= EXERCISE AIM =
All records below must be retyped exactly.

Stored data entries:
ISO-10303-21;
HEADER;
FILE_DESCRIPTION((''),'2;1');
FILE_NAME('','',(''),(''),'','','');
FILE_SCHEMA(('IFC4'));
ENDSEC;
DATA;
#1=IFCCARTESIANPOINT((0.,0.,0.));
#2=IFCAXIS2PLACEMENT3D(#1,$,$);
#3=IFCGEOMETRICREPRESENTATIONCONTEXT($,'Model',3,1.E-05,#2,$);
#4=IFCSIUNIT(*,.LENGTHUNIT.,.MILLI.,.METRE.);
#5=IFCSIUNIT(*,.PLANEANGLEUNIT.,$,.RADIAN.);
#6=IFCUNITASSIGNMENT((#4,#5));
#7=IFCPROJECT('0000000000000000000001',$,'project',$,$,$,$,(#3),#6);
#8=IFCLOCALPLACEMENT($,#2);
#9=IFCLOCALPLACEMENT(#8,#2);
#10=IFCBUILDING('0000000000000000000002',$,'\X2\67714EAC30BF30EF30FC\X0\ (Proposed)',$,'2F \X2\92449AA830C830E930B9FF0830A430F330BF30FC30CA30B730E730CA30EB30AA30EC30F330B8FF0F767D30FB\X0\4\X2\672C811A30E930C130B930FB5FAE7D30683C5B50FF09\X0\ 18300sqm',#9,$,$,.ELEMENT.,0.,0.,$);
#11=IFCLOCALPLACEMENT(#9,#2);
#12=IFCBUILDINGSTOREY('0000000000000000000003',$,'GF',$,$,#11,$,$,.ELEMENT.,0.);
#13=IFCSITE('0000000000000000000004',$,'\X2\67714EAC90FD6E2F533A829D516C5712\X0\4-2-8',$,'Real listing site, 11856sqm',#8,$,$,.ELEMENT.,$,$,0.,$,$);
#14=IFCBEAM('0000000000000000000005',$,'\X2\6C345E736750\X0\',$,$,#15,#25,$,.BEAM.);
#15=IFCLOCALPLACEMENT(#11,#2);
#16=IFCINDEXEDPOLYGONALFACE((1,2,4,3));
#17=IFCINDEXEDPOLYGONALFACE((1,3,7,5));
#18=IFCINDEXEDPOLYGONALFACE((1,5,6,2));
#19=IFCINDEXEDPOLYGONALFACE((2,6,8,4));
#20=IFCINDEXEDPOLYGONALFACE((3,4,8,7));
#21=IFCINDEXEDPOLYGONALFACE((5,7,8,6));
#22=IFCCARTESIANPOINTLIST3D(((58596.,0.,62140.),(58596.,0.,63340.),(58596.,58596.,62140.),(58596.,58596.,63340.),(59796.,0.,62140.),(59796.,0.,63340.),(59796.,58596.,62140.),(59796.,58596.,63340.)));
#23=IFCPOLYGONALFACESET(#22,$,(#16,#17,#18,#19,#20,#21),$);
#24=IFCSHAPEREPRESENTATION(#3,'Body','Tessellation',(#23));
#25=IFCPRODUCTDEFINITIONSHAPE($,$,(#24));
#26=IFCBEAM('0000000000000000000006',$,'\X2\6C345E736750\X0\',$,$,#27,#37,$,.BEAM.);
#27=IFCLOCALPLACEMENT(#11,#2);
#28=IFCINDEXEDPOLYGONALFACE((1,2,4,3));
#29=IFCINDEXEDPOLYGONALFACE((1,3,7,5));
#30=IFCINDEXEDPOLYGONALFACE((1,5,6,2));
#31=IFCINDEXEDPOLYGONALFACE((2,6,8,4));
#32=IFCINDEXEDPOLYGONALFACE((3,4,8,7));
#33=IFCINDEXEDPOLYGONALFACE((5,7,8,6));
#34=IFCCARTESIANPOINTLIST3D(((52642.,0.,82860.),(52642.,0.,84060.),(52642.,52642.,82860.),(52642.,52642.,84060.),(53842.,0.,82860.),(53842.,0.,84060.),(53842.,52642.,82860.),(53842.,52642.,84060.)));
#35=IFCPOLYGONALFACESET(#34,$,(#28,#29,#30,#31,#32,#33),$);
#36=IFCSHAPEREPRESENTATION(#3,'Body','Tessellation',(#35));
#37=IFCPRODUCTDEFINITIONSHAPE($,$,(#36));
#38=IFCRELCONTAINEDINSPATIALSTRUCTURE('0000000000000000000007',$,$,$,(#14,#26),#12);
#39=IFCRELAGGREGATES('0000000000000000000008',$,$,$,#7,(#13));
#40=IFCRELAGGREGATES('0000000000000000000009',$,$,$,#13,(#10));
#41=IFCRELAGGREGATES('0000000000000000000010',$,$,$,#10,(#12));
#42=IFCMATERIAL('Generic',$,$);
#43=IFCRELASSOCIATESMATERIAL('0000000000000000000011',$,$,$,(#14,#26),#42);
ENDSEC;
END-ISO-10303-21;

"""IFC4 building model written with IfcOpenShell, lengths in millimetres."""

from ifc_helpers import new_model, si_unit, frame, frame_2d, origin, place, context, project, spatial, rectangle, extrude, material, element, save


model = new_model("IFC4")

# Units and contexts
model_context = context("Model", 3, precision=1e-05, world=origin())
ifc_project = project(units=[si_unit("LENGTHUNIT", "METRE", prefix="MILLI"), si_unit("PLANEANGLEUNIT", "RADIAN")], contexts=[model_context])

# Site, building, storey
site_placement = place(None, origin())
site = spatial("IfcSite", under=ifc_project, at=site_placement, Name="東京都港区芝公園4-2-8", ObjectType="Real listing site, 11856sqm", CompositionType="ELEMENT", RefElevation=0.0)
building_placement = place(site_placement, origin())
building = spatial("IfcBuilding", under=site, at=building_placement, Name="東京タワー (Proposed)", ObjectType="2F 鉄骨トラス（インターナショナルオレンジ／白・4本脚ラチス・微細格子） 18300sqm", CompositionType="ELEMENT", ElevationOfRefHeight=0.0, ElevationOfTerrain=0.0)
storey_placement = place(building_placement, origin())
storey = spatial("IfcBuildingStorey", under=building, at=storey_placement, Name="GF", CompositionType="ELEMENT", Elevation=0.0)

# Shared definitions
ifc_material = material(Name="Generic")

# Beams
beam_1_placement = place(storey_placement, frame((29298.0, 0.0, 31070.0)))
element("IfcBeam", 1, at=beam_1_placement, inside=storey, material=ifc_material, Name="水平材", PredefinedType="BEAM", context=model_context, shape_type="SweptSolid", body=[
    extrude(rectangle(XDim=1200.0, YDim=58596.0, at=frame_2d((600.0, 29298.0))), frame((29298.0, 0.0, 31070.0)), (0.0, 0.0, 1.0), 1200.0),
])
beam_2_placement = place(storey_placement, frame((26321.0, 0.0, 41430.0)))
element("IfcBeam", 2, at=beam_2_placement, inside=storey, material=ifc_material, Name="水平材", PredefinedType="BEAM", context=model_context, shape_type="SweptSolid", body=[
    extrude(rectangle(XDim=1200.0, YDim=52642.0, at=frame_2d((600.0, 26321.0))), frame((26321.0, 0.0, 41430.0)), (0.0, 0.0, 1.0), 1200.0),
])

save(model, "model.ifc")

= EXERCISE OUTPUT =
ISO-10303-21;
HEADER;
FILE_DESCRIPTION((''),'2;1');
FILE_NAME('','',(''),(''),'','','');
FILE_SCHEMA(('IFC4'));
ENDSEC;
DATA;
#1=IFCCARTESIANPOINT((0.,0.,0.));
#2=IFCAXIS2PLACEMENT3D(#1,$,$);
#3=IFCGEOMETRICREPRESENTATIONCONTEXT($,'Model',3,1.E-05,#2,$);
#4=IFCSIUNIT(*,.LENGTHUNIT.,.MILLI.,.METRE.);
#5=IFCSIUNIT(*,.PLANEANGLEUNIT.,$,.RADIAN.);
#6=IFCUNITASSIGNMENT((#4,#5));
#7=IFCPROJECT('0000000000000000000001',$,'project',$,$,$,$,(#3),#6);
#8=IFCLOCALPLACEMENT($,#2);
#9=IFCLOCALPLACEMENT(#8,#2);
#10=IFCBUILDING('0000000000000000000002',$,'\X2\67714EAC30BF30EF30FC\X0\ (Proposed)',$,'2F \X2\92449AA830C830E930B9FF0830A430F330BF30FC30CA30B730E730CA30EB30AA30EC30F330B8FF0F767D30FB\X0\4\X2\672C811A30E930C130B930FB5FAE7D30683C5B50FF09\X0\ 18300sqm',#9,$,$,.ELEMENT.,0.,0.,$);
#11=IFCLOCALPLACEMENT(#9,#2);
#12=IFCBUILDINGSTOREY('0000000000000000000003',$,'GF',$,$,#11,$,$,.ELEMENT.,0.);
#13=IFCSITE('0000000000000000000004',$,'\X2\67714EAC90FD6E2F533A829D516C5712\X0\4-2-8',$,'Real listing site, 11856sqm',#8,$,$,.ELEMENT.,$,$,0.,$,$);
#14=IFCBEAM('0000000000000000000005',$,'\X2\6C345E736750\X0\',$,$,#15,#25,$,.BEAM.);
#15=IFCLOCALPLACEMENT(#11,#2);
#16=IFCINDEXEDPOLYGONALFACE((1,2,4,3));
#17=IFCINDEXEDPOLYGONALFACE((1,3,7,5));
#18=IFCINDEXEDPOLYGONALFACE((1,5,6,2));
#19=IFCINDEXEDPOLYGONALFACE((2,6,8,4));
#20=IFCINDEXEDPOLYGONALFACE((3,4,8,7));
#21=IFCINDEXEDPOLYGONALFACE((5,7,8,6));
#22=IFCCARTESIANPOINTLIST3D(((58596.,0.,62140.),(58596.,0.,63340.),(58596.,58596.,62140.),(58596.,58596.,63340.),(59796.,0.,62140.),(59796.,0.,63340.),(59796.,58596.,62140.),(59796.,58596.,63340.)));
#23=IFCPOLYGONALFACESET(#22,$,(#16,#17,#18,#19,#20,#21),$);
#24=IFCSHAPEREPRESENTATION(#3,'Body','Tessellation',(#23));
#25=IFCPRODUCTDEFINITIONSHAPE($,$,(#24));
#26=IFCBEAM('0000000000000000000006',$,'\X2\6C345E736750\X0\',$,$,#27,#37,$,.BEAM.);
#27=IFCLOCALPLACEMENT(#11,#2);
#28=IFCINDEXEDPOLYGONALFACE((1,2,4,3));
#29=IFCINDEXEDPOLYGONALFACE((1,3,7,5));
#30=IFCINDEXEDPOLYGONALFACE((1,5,6,2));
#31=IFCINDEXEDPOLYGONALFACE((2,6,8,4));
#32=IFCINDEXEDPOLYGONALFACE((3,4,8,7));
#33=IFCINDEXEDPOLYGONALFACE((5,7,8,6));
#34=IFCCARTESIANPOINTLIST3D(((52642.,0.,82860.),(52642.,0.,84060.),(52642.,52642.,82860.),(52642.,52642.,84060.),(53842.,0.,82860.),(53842.,0.,84060.),(53842.,52642.,82860.),(53842.,52642.,84060.)));
#35=IFCPOLYGONALFACESET(#34,$,(#28,#29,#30,#31,#32,#33),$);
#36=IFCSHAPEREPRESENTATION(#3,'Body','Tessellation',(#35));
#37=IFCPRODUCTDEFINITIONSHAPE($,$,(#36));
#38=IFCRELCONTAINEDINSPATIALSTRUCTURE('0000000000000000000007',$,$,$,(#14,#26),#12);
#39=IFCRELAGGREGATES('0000000000000000000008',$,$,$,#7,(#13));
#40=IFCRELAGGREGATES('0000000000000000000009',$,$,$,#13,(#10));
#41=IFCRELAGGREGATES('0000000000000000000010',$,$,$,#10,(#12));
#42=IFCMATERIAL('Generic',$,$);
#43=IFCRELASSOCIATESMATERIAL('0000000000000000000011',$,$,$,(#14,#26),#42);
ENDSEC;
END-ISO-10303-21;

"""IFC4 building model written with IfcOpenShell, lengths in millimetres."""

from ifc_helpers import new_model, si_unit, frame, frame_2d, origin, place, context, project, spatial, rectangle, extrude, material, element, save


model = new_model("IFC4")

# Units and contexts
model_context = context("Model", 3, precision=1e-05, world=origin())
ifc_project = project(units=[si_unit("LENGTHUNIT", "METRE", prefix="MILLI"), si_unit("PLANEANGLEUNIT", "RADIAN")], contexts=[model_context])

# Site, building, storey
site_placement = place(None, origin())
site = spatial("IfcSite", under=ifc_project, at=site_placement, Name="東京都港区芝公園4-2-8", ObjectType="Real listing site, 11856sqm", CompositionType="ELEMENT", RefElevation=0.0)
building_placement = place(site_placement, origin())
building = spatial("IfcBuilding", under=site, at=building_placement, Name="東京タワー (Proposed)", ObjectType="2F 鉄骨トラス（インターナショナルオレンジ／白・4本脚ラチス・微細格子） 18300sqm", CompositionType="ELEMENT", ElevationOfRefHeight=0.0, ElevationOfTerrain=0.0)
storey_placement = place(building_placement, origin())
storey = spatial("IfcBuildingStorey", under=building, at=storey_placement, Name="GF", CompositionType="ELEMENT", Elevation=0.0)

# Shared definitions
ifc_material = material(Name="Generic")

# Beams
beam_1_placement = place(storey_placement, frame((29298.0, 0.0, 31070.0)))
element("IfcBeam", 1, at=beam_1_placement, inside=storey, material=ifc_material, Name="水平材", PredefinedType="BEAM", context=model_context, shape_type="SweptSolid", body=[
    extrude(rectangle(XDim=1200.0, YDim=58596.0, at=frame_2d((600.0, 29298.0))), frame((29298.0, 0.0, 31070.0)), (0.0, 0.0, 1.0), 1200.0),
])
beam_2_placement = place(storey_placement, frame((26321.0, 0.0, 41430.0)))
element("IfcBeam", 2, at=beam_2_placement, inside=storey, material=ifc_material, Name="水平材", PredefinedType="BEAM", context=model_context, shape_type="SweptSolid", body=[
    extrude(rectangle(XDim=1200.0, YDim=52642.0, at=frame_2d((600.0, 26321.0))), frame((26321.0, 0.0, 41430.0)), (0.0, 0.0, 1.0), 1200.0),
])

save(model, "model.ifc")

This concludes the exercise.